WORK REQUEST> Reproduce, without any change, the span of lines from the opening of the records below to the line containing "#15=IFCLOCALPLACEMENT($,#14);", inclusive.
Segment Start: INPUT RECORDS
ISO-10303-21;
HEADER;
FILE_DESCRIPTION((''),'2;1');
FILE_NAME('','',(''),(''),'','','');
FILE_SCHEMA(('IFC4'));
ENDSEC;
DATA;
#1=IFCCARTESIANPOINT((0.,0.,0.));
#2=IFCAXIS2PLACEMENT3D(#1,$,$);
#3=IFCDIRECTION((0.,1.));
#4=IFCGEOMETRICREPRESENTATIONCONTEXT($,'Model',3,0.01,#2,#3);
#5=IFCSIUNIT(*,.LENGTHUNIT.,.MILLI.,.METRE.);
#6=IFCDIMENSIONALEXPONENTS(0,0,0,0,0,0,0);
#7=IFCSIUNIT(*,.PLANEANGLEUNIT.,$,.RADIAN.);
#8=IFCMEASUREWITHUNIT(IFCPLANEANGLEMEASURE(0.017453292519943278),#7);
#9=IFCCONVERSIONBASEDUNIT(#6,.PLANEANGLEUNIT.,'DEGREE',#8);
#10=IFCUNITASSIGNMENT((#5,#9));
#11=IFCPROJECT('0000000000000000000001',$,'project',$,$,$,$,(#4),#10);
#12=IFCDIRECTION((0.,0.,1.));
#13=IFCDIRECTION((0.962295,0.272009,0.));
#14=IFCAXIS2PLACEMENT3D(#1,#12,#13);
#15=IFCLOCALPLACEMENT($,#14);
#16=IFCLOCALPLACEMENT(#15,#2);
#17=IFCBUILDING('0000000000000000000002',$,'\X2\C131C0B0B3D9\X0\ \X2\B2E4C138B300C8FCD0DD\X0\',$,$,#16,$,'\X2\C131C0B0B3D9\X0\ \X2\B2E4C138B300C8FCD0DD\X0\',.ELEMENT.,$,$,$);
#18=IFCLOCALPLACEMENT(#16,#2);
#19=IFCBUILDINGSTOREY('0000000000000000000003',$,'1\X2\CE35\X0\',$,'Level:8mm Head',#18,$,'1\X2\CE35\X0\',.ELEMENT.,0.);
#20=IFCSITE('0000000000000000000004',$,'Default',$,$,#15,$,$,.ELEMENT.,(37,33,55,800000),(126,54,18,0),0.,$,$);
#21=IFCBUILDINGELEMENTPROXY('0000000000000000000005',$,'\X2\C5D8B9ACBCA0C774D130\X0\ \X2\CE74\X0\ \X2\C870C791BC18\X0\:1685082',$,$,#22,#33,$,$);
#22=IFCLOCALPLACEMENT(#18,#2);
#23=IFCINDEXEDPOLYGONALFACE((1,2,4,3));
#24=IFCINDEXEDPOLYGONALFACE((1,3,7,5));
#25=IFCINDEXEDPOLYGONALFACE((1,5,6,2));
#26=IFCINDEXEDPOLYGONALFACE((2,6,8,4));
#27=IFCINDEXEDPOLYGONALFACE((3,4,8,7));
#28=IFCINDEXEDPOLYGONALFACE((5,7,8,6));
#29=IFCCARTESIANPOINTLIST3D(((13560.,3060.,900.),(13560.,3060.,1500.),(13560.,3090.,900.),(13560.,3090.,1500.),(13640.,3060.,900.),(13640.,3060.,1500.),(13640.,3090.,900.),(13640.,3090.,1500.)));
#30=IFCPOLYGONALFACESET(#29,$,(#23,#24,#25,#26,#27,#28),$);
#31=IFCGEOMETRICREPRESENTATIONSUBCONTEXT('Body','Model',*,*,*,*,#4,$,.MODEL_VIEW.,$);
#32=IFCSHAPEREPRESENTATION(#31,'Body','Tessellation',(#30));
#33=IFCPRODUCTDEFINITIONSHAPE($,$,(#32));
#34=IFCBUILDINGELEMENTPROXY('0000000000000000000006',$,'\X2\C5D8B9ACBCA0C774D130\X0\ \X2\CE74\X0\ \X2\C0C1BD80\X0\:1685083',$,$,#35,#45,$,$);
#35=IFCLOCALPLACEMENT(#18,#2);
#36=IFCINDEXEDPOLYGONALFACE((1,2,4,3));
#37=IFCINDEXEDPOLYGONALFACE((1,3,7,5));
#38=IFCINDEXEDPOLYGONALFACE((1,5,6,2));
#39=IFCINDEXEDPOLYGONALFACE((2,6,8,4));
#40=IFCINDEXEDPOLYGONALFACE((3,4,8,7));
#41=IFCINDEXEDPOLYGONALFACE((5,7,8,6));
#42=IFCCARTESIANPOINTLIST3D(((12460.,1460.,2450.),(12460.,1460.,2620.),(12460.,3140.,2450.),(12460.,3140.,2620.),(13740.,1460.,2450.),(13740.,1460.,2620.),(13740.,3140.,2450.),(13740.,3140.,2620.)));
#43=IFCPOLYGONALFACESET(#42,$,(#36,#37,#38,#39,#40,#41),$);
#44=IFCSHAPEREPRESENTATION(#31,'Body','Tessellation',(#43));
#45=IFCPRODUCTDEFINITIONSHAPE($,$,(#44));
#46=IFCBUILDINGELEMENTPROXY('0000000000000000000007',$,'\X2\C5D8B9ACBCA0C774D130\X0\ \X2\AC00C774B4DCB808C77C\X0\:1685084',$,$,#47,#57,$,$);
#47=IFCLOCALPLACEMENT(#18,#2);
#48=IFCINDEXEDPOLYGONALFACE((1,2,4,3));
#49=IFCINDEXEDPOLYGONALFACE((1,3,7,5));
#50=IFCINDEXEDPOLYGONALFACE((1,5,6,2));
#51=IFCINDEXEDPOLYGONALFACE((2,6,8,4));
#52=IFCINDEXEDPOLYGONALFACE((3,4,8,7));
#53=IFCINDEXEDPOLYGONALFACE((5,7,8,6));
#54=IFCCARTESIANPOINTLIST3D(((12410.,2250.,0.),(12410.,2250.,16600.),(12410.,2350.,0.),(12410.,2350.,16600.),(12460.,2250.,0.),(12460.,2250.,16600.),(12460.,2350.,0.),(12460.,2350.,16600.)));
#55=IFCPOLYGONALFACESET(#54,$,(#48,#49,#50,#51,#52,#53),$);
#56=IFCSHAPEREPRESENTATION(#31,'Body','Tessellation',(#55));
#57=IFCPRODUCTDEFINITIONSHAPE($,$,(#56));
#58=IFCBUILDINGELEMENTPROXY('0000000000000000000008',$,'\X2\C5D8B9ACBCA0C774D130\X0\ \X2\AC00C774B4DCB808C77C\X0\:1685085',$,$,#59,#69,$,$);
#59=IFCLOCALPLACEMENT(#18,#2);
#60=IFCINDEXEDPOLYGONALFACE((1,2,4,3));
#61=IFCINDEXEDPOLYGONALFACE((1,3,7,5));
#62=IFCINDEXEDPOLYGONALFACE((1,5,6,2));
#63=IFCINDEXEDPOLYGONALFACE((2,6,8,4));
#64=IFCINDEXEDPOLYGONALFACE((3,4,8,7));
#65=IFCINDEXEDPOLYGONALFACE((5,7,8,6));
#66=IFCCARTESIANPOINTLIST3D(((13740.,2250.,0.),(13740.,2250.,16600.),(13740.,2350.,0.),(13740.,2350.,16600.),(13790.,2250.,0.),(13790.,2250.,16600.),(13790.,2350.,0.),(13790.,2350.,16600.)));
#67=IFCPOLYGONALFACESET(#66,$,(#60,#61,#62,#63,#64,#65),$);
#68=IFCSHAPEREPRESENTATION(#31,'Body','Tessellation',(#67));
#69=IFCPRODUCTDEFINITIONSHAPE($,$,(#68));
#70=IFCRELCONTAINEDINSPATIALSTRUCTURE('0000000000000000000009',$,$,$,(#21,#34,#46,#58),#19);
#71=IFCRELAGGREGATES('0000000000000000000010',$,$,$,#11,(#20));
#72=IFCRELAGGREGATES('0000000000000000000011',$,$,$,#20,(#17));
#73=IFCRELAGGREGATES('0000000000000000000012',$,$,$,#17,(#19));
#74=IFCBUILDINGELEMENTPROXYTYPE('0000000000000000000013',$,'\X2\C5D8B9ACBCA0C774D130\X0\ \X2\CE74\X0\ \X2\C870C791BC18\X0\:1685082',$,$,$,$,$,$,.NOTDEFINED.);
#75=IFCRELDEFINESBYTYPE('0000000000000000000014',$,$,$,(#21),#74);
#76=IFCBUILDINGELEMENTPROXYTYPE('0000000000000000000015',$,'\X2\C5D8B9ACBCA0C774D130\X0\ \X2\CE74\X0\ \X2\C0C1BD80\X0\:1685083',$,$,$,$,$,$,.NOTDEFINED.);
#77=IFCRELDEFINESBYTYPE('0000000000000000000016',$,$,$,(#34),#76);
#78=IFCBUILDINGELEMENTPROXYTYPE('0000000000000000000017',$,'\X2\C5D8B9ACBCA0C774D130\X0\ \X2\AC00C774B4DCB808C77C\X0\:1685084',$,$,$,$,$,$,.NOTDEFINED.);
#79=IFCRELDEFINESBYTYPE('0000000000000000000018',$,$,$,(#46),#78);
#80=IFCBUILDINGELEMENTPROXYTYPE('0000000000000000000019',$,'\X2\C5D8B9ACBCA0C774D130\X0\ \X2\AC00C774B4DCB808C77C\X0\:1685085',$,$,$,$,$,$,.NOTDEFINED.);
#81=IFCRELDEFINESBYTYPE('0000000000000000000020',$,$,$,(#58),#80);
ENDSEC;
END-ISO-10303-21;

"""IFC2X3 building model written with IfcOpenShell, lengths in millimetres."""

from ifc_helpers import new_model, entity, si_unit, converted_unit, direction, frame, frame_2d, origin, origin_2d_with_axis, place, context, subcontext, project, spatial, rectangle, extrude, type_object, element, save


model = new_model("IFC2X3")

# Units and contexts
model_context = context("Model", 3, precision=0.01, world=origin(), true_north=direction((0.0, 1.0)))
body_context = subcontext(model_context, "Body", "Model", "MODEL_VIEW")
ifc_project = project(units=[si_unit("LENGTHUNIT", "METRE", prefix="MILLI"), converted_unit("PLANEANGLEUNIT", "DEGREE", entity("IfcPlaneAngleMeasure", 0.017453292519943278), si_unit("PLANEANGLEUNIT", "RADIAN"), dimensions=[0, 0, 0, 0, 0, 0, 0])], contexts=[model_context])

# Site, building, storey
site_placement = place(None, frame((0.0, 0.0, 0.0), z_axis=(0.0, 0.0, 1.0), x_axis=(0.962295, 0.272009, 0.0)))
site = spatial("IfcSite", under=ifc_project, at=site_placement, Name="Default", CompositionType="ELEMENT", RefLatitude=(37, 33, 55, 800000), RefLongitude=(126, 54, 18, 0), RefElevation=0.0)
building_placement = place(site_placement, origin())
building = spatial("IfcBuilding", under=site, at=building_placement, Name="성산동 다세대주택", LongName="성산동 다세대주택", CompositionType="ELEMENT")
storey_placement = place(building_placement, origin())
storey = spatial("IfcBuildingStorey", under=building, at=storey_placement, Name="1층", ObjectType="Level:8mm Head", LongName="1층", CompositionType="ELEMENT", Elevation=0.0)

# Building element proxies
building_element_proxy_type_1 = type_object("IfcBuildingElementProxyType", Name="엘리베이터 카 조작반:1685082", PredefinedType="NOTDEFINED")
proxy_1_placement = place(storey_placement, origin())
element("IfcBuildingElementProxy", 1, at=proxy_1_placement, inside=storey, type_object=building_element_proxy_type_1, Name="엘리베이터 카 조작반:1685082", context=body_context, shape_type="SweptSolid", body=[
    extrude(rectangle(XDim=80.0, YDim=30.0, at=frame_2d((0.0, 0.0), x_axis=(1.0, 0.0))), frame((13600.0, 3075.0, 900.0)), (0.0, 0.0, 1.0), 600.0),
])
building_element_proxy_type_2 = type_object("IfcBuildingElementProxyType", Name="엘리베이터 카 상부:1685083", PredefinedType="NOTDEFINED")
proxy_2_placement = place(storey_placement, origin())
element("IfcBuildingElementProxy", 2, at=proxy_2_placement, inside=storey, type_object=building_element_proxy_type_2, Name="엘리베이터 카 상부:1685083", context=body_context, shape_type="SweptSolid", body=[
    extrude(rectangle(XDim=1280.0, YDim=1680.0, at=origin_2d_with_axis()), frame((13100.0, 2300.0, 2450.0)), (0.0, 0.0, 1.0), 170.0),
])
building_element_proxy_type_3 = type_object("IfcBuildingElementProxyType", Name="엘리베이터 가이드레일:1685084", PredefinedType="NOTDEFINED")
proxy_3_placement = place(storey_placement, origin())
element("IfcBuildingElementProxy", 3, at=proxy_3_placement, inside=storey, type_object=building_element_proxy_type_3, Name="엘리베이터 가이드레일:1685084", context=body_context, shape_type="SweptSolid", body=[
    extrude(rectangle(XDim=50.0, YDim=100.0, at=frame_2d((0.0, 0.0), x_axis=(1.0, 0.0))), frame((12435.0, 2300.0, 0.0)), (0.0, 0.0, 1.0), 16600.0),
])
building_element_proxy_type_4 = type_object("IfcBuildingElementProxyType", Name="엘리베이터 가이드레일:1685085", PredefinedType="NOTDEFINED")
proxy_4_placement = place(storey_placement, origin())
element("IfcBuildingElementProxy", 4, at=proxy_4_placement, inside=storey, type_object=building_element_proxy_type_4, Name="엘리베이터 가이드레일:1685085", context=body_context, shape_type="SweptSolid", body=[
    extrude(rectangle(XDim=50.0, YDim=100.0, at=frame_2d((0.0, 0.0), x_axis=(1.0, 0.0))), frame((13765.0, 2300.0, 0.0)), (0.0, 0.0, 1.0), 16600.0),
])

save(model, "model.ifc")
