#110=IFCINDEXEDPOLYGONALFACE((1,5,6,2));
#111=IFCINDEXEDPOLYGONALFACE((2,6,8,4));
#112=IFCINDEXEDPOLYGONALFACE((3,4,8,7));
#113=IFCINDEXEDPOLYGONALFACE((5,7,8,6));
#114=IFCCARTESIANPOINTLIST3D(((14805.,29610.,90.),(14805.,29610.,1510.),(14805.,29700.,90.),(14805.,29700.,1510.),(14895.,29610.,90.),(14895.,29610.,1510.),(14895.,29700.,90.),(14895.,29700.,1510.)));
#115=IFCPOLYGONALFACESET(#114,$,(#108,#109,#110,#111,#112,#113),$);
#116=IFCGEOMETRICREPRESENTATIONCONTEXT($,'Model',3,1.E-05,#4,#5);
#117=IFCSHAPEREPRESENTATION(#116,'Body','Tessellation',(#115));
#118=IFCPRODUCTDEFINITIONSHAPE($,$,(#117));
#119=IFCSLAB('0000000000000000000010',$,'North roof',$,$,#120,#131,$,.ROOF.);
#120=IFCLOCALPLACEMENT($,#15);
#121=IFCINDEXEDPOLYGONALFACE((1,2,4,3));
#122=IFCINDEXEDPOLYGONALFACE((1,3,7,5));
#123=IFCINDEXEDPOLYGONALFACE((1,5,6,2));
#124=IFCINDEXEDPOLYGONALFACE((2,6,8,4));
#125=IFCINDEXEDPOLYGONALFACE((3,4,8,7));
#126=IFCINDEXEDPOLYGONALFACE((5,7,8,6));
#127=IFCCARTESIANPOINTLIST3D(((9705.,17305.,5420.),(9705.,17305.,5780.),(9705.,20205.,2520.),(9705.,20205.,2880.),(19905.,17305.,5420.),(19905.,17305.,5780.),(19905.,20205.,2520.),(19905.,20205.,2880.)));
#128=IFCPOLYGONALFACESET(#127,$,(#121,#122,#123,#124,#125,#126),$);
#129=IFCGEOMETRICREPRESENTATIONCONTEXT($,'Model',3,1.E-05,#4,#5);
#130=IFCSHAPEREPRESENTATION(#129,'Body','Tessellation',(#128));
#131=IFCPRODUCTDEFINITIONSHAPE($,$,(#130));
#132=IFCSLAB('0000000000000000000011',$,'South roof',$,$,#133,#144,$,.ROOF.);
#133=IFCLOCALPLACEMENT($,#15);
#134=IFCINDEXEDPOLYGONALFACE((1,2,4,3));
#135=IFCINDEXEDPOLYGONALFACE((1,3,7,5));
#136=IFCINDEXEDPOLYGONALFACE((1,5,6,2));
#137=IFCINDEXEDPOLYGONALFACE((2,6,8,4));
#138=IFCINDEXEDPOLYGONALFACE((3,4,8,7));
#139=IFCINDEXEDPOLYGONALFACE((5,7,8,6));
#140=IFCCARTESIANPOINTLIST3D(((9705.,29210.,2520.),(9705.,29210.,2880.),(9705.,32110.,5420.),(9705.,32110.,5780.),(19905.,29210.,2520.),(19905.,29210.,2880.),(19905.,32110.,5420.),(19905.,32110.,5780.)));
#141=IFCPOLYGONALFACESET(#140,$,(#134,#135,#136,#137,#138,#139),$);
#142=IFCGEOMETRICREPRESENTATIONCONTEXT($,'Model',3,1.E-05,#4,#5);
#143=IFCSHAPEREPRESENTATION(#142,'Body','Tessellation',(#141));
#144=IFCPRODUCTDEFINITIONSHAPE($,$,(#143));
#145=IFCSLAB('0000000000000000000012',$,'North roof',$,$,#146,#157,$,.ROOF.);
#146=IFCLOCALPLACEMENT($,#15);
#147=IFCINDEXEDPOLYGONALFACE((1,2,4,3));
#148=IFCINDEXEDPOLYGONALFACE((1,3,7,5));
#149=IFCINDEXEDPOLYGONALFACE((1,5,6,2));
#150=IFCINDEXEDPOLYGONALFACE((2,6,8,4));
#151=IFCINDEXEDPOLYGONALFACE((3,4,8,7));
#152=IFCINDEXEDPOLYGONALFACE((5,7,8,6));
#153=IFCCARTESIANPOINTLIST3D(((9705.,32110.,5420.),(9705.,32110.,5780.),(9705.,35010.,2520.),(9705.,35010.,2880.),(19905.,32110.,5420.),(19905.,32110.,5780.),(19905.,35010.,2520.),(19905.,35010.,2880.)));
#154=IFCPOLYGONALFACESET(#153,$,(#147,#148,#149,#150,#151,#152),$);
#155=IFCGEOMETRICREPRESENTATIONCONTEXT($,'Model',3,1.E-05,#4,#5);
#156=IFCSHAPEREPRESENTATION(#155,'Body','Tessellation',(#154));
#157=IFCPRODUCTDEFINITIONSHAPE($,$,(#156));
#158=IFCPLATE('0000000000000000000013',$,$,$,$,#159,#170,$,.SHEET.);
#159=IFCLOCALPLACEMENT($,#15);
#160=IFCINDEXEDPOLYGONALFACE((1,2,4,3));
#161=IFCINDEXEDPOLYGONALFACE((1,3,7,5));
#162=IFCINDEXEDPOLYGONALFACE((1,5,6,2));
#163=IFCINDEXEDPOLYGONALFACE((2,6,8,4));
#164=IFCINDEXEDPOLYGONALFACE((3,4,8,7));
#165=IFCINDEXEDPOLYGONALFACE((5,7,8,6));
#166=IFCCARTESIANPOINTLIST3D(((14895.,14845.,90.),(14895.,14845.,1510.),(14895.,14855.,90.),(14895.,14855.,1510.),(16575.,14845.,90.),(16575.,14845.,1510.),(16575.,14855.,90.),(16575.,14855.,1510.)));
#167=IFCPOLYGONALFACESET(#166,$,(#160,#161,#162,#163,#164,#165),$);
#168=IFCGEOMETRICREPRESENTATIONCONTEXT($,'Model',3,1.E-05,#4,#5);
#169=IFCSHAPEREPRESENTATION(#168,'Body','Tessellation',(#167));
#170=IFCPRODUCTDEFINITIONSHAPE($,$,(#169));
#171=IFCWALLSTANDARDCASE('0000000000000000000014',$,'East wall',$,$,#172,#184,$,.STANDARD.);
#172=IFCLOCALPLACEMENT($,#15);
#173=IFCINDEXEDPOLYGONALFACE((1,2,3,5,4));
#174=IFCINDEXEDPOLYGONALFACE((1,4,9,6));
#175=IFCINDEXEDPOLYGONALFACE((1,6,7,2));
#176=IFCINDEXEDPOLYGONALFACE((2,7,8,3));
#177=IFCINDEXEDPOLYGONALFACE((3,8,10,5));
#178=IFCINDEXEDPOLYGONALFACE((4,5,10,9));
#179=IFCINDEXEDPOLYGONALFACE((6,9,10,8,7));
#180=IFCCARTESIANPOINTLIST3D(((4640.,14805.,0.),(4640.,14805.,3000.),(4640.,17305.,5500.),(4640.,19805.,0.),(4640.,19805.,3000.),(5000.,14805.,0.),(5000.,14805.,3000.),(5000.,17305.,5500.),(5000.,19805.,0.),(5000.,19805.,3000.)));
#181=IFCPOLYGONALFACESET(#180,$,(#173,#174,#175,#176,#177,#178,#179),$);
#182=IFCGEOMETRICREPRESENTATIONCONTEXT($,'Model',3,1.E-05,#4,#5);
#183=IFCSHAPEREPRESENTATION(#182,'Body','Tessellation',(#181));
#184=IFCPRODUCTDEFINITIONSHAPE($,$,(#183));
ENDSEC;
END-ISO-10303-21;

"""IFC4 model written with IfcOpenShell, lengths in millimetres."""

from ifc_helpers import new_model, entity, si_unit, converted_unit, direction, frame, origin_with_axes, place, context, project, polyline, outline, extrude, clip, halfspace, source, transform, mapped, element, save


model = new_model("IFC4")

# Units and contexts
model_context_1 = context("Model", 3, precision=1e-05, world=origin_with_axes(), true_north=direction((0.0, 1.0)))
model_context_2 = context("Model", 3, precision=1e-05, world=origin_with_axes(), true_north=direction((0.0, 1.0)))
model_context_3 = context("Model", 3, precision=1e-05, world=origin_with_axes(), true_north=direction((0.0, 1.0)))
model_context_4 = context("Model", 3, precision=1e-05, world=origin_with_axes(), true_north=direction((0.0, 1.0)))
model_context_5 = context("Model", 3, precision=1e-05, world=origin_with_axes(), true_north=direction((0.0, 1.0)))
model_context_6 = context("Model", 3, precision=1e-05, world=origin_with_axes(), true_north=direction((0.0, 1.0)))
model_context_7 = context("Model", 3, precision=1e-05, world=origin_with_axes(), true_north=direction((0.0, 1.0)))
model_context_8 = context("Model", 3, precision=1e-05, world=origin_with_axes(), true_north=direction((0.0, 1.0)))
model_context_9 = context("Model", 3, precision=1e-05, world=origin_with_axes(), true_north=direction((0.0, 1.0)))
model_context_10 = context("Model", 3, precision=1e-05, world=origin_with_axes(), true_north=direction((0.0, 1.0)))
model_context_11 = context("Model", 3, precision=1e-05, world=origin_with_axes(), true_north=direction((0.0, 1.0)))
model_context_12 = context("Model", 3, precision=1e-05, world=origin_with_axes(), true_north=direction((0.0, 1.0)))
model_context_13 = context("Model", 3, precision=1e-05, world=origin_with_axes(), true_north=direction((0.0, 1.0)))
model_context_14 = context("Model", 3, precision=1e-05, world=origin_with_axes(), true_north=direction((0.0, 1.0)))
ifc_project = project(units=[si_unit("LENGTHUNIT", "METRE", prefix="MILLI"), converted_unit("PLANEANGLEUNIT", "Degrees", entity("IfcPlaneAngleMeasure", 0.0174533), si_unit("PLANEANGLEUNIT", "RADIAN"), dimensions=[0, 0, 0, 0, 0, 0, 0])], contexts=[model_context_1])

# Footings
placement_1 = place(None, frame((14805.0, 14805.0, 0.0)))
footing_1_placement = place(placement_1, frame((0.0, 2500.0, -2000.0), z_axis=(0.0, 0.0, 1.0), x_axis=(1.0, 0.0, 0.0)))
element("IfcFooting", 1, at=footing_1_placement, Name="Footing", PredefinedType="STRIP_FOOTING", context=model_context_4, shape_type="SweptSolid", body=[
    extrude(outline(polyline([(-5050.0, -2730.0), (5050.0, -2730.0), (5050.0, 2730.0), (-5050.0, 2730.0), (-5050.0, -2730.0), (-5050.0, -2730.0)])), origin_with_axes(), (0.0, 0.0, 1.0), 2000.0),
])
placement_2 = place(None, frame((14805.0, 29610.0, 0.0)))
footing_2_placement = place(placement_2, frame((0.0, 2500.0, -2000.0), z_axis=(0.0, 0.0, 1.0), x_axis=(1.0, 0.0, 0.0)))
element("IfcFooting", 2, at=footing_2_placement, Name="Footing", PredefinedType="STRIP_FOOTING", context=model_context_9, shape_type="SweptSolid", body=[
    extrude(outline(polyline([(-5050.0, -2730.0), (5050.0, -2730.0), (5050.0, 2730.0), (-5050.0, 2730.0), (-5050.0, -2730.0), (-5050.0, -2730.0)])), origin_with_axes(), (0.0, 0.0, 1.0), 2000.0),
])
Segment End: INPUT RECORDS
SOLUTION FOR THIS EXERCISE>
ISO-10303-21;
HEADER;
FILE_DESCRIPTION((''),'2;1');
FILE_NAME('','',(''),(''),'','','');
FILE_SCHEMA(('IFC4'));
ENDSEC;
DATA;
#1=IFCCARTESIANPOINT((0.,0.,0.));
#2=IFCAXIS2PLACEMENT3D(#1,$,$);
#3=IFCDIRECTION((0.,1.));
#4=IFCGEOMETRICREPRESENTATIONCONTEXT($,'Model',3,0.01,#2,#3);
#5=IFCSIUNIT(*,.LENGTHUNIT.,.MILLI.,.METRE.);
#6=IFCDIMENSIONALEXPONENTS(0,0,0,0,0,0,0);
#7=IFCSIUNIT(*,.PLANEANGLEUNIT.,$,.RADIAN.);
#8=IFCMEASUREWITHUNIT(IFCPLANEANGLEMEASURE(0.017453292519943278),#7);
#9=IFCCONVERSIONBASEDUNIT(#6,.PLANEANGLEUNIT.,'DEGREE',#8);
#10=IFCUNITASSIGNMENT((#5,#9));
#11=IFCPROJECT('0000000000000000000001',$,'project',$,$,$,$,(#4),#10);
#12=IFCDIRECTION((0.,0.,1.));
#13=IFCDIRECTION((0.962295,0.272009,0.));
#14=IFCAXIS2PLACEMENT3D(#1,#12,#13);
#15=IFCLOCALPLACEMENT($,#14);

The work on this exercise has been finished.